The brown-garbed man moved behind us as his companion turned on his heel and walked briskly into the town, motioning us all to follow. While I would have preferred a carriage, his pace and our monetary troubles left me no option but to follow and hope Tymon dust washed out easily. Every time I slowed to look up at some odd shop sign or tavern flag, the brown-garbed man jabbed me in the back with a mace he’d drawn from beneath his cloak. I marked him as I di
d Phargas—useful to his betters but often stepping beyond his place.
“Sir,” I sent my voice ahead. “Your servant seems overly brusque. Perhaps a lesson needs be made?”
Our black-garbed host slowed not a whit as he replied over his shoulder, “A lesson is swift in coming, Lord Kaddar, trust me.” He led us all toward a farrier’s stables, where a carriage with two horses stood at the ready.
Our herald turned to face us and Phargas bowed low. While my situation demanded some courtesy to him, I saw us as being of a kind, above the priest’s station as much as he ascended above the dungsweep in the alley behind him. I merely inclined my head slightly in deference to my debts and his troubles, winking at him to signal my understanding that now was not the time for open negotiations or discussions of money.
Phargas muttered, “How might we be of service, milords? I am but a traveler and humble priest of Desna. With me is—”
“Lord Ollix Kaddar, heir of Kadria, yes.” The black-garbed man’s face withdrew deeper into his midnight hood while his smile became brighter still. “And his faithful companion Phargas.”
“Ah,” I exhaled in relief. “So glad to hear that our reputations precede us. Would you be so kind as to share your names, fellow lords, and where we might be headed?”

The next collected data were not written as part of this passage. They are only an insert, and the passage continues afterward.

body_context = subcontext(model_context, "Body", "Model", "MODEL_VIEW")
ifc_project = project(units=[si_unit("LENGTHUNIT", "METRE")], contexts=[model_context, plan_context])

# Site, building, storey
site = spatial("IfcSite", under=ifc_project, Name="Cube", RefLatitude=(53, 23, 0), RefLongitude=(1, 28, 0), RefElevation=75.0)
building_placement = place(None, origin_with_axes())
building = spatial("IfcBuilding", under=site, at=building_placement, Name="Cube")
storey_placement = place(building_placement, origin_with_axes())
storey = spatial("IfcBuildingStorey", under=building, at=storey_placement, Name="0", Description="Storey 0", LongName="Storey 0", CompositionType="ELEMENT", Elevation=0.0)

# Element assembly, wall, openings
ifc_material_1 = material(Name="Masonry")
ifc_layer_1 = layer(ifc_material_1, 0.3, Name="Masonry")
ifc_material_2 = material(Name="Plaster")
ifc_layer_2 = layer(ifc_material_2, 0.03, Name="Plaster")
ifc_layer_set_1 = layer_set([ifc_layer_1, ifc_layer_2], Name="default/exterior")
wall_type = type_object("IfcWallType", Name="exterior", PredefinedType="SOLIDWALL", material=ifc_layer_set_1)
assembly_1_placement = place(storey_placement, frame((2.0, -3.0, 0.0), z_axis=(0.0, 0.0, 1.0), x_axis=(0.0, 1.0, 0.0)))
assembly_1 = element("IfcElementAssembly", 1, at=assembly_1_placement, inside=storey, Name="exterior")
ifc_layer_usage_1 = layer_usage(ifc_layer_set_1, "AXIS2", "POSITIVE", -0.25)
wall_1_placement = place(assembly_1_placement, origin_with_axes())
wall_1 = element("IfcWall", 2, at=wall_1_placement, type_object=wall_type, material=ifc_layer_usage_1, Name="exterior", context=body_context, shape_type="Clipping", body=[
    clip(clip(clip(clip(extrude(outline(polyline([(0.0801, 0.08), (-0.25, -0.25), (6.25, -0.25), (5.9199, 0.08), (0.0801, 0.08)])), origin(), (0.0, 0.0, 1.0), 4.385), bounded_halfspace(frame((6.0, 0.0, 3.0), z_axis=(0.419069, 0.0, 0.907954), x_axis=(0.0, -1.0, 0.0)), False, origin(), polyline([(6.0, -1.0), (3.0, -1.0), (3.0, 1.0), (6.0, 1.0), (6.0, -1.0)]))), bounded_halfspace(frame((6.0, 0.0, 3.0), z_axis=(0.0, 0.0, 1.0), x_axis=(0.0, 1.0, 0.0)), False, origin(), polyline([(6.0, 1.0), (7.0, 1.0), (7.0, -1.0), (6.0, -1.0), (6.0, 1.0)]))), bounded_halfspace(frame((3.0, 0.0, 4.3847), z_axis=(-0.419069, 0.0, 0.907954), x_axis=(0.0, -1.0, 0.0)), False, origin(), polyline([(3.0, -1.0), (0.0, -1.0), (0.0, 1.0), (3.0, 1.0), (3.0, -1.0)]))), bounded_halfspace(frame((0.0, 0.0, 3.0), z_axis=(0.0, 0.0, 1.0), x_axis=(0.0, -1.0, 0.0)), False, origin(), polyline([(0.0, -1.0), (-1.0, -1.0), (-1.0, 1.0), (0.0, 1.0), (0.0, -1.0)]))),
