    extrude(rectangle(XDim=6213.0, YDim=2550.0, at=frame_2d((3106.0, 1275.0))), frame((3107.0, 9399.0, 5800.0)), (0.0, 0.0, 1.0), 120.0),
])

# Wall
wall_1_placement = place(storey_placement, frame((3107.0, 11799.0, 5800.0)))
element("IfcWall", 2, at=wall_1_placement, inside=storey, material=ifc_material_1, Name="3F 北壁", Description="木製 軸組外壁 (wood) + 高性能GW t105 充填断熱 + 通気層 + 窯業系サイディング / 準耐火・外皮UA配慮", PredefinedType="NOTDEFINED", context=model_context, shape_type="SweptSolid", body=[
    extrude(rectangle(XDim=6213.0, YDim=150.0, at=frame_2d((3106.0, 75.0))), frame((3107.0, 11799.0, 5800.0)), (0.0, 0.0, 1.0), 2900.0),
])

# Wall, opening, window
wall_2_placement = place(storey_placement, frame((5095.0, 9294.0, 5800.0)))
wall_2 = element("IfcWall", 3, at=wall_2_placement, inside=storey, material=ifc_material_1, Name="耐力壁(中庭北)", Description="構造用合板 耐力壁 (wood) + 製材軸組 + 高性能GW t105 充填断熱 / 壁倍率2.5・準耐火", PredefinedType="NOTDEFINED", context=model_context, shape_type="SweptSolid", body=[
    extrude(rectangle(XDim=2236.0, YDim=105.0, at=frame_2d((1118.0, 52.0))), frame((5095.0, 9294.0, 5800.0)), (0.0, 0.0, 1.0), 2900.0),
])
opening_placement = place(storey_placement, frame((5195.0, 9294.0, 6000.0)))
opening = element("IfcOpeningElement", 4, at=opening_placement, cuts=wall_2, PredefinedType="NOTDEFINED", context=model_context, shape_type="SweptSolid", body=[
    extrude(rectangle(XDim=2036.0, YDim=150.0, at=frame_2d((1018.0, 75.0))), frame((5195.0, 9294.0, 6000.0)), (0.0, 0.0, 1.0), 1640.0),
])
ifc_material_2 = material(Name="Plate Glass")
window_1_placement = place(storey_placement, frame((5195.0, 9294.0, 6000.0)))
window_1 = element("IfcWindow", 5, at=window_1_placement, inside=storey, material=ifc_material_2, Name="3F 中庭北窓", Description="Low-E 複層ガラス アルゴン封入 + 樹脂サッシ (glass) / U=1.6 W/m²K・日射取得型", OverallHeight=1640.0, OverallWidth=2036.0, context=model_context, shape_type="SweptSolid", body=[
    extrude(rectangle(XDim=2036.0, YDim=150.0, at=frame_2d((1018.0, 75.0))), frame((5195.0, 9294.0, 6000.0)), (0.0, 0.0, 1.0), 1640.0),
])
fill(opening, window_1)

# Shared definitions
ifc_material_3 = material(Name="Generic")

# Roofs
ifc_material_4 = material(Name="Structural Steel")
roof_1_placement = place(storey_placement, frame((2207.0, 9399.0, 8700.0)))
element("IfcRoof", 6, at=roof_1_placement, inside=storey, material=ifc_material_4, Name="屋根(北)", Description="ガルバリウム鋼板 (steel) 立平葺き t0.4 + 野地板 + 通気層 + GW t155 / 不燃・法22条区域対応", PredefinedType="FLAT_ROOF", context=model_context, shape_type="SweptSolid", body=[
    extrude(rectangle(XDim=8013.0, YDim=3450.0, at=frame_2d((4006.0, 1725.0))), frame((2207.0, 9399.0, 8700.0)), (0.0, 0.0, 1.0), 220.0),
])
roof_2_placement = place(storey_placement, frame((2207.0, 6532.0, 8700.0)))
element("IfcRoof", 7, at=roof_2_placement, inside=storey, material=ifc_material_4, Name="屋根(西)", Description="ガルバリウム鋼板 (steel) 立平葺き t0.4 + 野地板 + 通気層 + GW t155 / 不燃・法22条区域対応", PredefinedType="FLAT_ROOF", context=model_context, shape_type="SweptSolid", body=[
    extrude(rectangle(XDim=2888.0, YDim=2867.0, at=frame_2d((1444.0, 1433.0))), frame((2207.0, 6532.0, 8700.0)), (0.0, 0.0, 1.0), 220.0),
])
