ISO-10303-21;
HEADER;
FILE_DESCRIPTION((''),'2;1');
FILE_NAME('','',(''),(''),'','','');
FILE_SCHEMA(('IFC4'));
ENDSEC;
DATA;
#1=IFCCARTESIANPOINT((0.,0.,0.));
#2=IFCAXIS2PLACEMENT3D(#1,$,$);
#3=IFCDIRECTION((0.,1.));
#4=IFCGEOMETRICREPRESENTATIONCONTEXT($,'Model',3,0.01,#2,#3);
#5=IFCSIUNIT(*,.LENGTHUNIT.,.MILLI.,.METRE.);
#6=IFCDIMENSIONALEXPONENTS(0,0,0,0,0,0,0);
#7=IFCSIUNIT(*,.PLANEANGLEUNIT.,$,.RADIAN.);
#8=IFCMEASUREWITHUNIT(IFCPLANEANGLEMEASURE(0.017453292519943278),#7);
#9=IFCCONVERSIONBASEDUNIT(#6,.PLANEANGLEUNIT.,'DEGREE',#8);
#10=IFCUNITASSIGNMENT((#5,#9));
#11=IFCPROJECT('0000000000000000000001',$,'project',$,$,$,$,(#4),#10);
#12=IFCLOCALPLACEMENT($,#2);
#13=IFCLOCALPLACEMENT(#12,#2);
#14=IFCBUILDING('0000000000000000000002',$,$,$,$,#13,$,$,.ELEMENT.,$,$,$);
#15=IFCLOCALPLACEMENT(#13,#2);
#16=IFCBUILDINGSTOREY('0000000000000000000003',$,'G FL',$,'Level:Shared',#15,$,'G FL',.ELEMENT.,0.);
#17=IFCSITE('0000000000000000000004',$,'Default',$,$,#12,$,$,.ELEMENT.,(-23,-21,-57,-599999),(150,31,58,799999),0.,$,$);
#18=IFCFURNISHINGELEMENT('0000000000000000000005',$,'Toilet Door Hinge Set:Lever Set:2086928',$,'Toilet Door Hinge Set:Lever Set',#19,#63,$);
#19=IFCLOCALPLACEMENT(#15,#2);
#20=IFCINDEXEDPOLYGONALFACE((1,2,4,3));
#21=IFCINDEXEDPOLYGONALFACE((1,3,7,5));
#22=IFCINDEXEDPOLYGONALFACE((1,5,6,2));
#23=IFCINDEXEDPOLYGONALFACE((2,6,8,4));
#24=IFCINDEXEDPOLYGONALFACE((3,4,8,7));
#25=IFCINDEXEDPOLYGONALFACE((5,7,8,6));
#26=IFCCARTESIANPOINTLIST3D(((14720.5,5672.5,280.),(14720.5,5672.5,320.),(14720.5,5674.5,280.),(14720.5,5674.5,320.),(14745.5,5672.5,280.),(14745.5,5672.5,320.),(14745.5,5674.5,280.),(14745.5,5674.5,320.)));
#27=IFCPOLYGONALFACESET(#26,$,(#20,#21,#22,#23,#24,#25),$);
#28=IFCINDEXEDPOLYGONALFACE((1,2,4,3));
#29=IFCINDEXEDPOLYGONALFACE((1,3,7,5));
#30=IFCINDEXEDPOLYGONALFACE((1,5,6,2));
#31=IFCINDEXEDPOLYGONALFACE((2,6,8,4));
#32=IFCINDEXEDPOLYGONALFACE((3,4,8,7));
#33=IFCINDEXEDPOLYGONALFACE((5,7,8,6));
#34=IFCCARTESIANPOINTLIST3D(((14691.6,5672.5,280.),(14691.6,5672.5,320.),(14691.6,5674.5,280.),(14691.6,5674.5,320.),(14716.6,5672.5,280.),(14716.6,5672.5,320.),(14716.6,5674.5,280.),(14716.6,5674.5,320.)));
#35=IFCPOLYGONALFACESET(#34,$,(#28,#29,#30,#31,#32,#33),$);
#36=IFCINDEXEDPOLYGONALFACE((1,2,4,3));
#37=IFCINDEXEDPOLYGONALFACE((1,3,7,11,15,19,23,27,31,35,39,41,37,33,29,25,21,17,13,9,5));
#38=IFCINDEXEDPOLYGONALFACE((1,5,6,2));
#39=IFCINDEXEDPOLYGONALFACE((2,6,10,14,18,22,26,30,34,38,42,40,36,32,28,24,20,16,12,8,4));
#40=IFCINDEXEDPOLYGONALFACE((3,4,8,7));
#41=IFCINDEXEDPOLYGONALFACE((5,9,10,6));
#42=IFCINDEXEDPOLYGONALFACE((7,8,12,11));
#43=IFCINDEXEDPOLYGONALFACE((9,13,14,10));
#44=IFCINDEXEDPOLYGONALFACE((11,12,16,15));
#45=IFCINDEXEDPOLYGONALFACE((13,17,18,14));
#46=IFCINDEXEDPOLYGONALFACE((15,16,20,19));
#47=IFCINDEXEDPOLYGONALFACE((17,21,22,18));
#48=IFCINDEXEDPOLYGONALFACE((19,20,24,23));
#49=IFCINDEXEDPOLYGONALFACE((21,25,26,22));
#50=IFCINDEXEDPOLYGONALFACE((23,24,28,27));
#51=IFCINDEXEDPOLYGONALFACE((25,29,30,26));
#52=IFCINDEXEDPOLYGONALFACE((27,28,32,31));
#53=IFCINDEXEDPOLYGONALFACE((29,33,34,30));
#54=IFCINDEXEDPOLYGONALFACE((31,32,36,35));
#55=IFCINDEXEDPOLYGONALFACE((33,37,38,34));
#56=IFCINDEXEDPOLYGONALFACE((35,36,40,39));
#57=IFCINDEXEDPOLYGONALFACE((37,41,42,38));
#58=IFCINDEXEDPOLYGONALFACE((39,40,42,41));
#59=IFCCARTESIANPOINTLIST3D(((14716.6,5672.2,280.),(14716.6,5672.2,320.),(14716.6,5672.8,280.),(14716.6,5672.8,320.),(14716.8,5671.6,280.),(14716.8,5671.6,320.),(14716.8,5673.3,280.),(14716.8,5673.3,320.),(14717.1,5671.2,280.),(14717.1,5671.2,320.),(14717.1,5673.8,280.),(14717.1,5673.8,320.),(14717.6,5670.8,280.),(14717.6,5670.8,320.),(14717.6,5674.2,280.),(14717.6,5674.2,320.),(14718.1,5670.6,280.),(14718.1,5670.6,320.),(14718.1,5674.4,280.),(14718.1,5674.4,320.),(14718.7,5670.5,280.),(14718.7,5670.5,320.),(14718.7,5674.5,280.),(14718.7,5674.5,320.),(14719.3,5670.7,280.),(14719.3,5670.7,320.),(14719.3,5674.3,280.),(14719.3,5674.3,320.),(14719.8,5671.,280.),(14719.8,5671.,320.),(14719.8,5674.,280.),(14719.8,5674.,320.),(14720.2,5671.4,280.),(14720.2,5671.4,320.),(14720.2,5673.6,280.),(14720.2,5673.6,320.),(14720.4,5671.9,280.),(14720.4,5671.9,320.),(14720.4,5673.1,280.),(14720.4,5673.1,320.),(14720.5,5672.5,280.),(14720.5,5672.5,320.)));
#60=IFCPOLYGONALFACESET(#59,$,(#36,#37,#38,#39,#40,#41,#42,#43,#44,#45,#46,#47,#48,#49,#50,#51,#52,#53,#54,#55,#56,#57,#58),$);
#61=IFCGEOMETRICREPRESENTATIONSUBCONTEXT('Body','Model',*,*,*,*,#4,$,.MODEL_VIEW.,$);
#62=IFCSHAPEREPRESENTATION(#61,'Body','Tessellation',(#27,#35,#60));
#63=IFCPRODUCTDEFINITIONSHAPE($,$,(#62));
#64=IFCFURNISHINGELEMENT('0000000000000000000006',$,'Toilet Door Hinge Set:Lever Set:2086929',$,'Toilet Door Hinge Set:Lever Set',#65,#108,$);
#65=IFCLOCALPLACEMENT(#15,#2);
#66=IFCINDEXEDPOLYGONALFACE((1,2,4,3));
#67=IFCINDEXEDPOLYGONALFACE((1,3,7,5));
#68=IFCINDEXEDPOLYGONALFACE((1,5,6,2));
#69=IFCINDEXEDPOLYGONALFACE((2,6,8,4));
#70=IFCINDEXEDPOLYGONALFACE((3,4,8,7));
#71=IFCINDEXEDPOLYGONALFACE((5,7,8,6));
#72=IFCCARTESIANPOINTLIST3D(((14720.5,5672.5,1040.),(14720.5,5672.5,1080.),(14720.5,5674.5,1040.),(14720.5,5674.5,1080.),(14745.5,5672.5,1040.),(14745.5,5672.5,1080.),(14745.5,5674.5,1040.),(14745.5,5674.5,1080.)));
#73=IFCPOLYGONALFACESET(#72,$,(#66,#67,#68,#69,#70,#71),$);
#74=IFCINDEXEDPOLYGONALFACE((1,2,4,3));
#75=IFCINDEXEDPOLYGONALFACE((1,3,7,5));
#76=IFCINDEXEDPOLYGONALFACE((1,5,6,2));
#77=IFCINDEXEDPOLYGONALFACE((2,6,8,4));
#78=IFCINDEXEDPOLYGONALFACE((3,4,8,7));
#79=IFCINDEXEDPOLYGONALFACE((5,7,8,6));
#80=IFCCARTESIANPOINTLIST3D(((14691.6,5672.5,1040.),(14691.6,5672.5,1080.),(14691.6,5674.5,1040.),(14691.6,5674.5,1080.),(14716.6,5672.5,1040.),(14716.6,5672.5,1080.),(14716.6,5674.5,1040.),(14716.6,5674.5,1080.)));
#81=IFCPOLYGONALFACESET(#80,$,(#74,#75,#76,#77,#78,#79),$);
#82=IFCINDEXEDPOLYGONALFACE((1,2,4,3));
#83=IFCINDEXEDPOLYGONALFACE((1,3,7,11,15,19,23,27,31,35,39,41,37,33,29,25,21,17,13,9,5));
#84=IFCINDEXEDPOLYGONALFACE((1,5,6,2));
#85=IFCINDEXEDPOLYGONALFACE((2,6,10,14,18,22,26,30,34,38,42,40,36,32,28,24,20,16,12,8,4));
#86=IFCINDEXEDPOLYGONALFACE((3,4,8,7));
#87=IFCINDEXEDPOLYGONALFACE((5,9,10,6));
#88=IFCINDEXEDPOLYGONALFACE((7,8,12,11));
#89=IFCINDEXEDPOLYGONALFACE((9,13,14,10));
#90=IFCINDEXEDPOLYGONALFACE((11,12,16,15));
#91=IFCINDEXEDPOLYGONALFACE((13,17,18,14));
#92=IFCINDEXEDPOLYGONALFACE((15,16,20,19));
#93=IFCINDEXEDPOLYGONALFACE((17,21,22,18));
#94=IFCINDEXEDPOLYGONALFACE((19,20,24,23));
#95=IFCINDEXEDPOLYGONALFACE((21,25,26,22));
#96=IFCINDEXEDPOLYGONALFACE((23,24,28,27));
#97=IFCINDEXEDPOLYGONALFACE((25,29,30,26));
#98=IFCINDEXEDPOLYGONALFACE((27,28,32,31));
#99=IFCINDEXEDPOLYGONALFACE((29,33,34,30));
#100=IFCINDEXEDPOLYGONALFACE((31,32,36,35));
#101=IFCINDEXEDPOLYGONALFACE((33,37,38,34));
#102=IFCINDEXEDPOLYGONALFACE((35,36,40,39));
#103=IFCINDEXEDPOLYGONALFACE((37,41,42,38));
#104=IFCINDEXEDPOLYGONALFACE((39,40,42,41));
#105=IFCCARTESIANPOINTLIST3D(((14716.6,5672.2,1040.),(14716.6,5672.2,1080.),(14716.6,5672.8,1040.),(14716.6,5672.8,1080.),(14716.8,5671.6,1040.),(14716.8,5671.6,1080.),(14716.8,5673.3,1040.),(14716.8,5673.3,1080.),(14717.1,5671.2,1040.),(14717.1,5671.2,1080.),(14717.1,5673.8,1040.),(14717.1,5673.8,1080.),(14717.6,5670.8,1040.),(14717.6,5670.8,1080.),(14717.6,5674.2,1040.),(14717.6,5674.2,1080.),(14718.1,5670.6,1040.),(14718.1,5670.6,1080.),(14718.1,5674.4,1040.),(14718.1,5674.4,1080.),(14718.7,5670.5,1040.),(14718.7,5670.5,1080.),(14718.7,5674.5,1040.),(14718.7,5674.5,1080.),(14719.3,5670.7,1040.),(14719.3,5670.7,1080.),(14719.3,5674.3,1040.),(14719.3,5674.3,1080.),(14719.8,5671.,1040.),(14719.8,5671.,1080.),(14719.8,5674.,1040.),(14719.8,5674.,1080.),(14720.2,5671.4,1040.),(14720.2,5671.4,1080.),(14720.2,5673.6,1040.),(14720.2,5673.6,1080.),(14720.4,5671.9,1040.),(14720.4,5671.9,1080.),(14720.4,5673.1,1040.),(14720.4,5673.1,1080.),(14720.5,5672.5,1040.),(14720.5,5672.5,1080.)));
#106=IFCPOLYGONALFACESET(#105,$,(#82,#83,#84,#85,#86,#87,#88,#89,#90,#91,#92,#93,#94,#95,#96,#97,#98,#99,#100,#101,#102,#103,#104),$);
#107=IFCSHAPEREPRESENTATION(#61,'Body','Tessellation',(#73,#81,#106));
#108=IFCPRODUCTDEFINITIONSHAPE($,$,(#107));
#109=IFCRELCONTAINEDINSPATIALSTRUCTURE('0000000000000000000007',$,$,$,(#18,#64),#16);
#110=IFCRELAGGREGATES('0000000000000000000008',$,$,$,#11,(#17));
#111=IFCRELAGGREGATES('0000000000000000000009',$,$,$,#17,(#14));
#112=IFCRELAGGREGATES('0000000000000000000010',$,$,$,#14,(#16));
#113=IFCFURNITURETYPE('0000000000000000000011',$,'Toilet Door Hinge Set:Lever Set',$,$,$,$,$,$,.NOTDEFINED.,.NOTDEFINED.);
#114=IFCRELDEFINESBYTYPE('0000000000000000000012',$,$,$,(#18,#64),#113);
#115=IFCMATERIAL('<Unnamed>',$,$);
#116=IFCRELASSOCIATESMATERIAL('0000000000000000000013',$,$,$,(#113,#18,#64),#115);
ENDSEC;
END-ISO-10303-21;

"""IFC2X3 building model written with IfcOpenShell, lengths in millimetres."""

from ifc_helpers import new_model, entity, si_unit, converted_unit, direction, frame, frame_2d, origin, place, context, subcontext, project, spatial, rectangle, circle, extrude, source, transform, mapped, material, type_object, type_shapes, element, save


model = new_model("IFC2X3")

# Units and contexts
model_context = context("Model", 3, precision=0.01, world=origin(), true_north=direction((0.0, 1.0)))
body_context = subcontext(model_context, "Body", "Model", "MODEL_VIEW")
ifc_project = project(units=[si_unit("LENGTHUNIT", "METRE", prefix="MILLI"), converted_unit("PLANEANGLEUNIT", "DEGREE", entity("IfcPlaneAngleMeasure", 0.017453292519943278), si_unit("PLANEANGLEUNIT", "RADIAN"), dimensions=[0, 0, 0, 0, 0, 0, 0])], contexts=[model_context])

# Site, building, storey
site_placement = place(None, origin())
site = spatial("IfcSite", under=ifc_project, at=site_placement, Name="Default", CompositionType="ELEMENT", RefLatitude=(-23, -21, -57, -599999), RefLongitude=(150, 31, 58, 799999), RefElevation=0.0)
building_placement = place(site_placement, origin())
building = spatial("IfcBuilding", under=site, at=building_placement, CompositionType="ELEMENT")
storey_placement = place(building_placement, origin())
storey = spatial("IfcBuildingStorey", under=building, at=storey_placement, Name="G FL", ObjectType="Level:Shared", LongName="G FL", CompositionType="ELEMENT", Elevation=0.0)

# Furnishing elements
ifc_material_1 = material(Name="<Unnamed>")
furniture_type = type_object("IfcFurnitureType", Name="Toilet Door Hinge Set:Lever Set", AssemblyPlace="NOTDEFINED", material=ifc_material_1)
shared_shape_1 = source(origin(), body_context, "Body", "SweptSolid", [
    extrude(rectangle(XDim=2.0, YDim=25.0, at=frame_2d((0.0, 0.0), x_axis=(1.0, 0.0))), frame((14.5, 1.0, -20.0), z_axis=(0.0, 0.0, 1.0), x_axis=(0.0, 1.0, 0.0)), (0.0, 0.0, 1.0), 40.0),
    extrude(rectangle(XDim=25.0, YDim=2.0, at=frame_2d((0.0, 0.0), x_axis=(1.0, 0.0))), frame((-14.5, 1.0, -20.0)), (0.0, 0.0, 1.0), 40.0),
    extrude(circle(Radius=2.0, at=frame_2d((0.0, 0.0), x_axis=(1.0, 0.0))), frame((0.0, 0.0, -20.0)), (0.0, 0.0, 1.0), 40.0),
])
type_shapes(furniture_type, [shared_shape_1])
for number, where, name in (
    (1, (14718.5, 5672.5, 300.0), "Toilet Door Hinge Set:Lever Set:2086928"),
    (2, (14718.5, 5672.5, 1060.0), "Toilet Door Hinge Set:Lever Set:2086929"),
):
    element("IfcFurnishingElement", number, at=place(storey_placement, frame(where)), inside=storey, type_object=furniture_type, material=ifc_material_1, Name=name, ObjectType="Toilet Door Hinge Set:Lever Set", context=body_context, shape_type="MappedRepresentation", body=[
        mapped(shared_shape_1, transform((0.0, 0.0, 0.0), scale=1.0)),
    ])

save(model, "model.ifc")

“I would hate to spoil the surprise, Lord Ollix, though you may call me Kerban. I’m sure we’re to be great friends who will laugh over your debts soon enough.” Kerban shifted his hood to reveal a marvelous diadem on his brow, its filigreed silverwork fascinating, and its red gem even more so. The sun must have broken through clouds, though I in truth felt no warmer, as the man’s brown eyes shifted to bronze. “We are friends, are we not?”
It shows the innate superiority of the upper classes to recognize a kindred spirit and accept the munificence that comes of such a connection. Commoners war among themselves because they lack the minds to comprehend and embrace both their stations and those of others. My musings on this fact were interrupted as Phargas suddenly shoved me bodily into our new comrade. Even Kerban’s brown-clad companion seemed surprised, dropping his mace into the dirt where I had stood even as Phargas whirled and knocked his legs out from under him.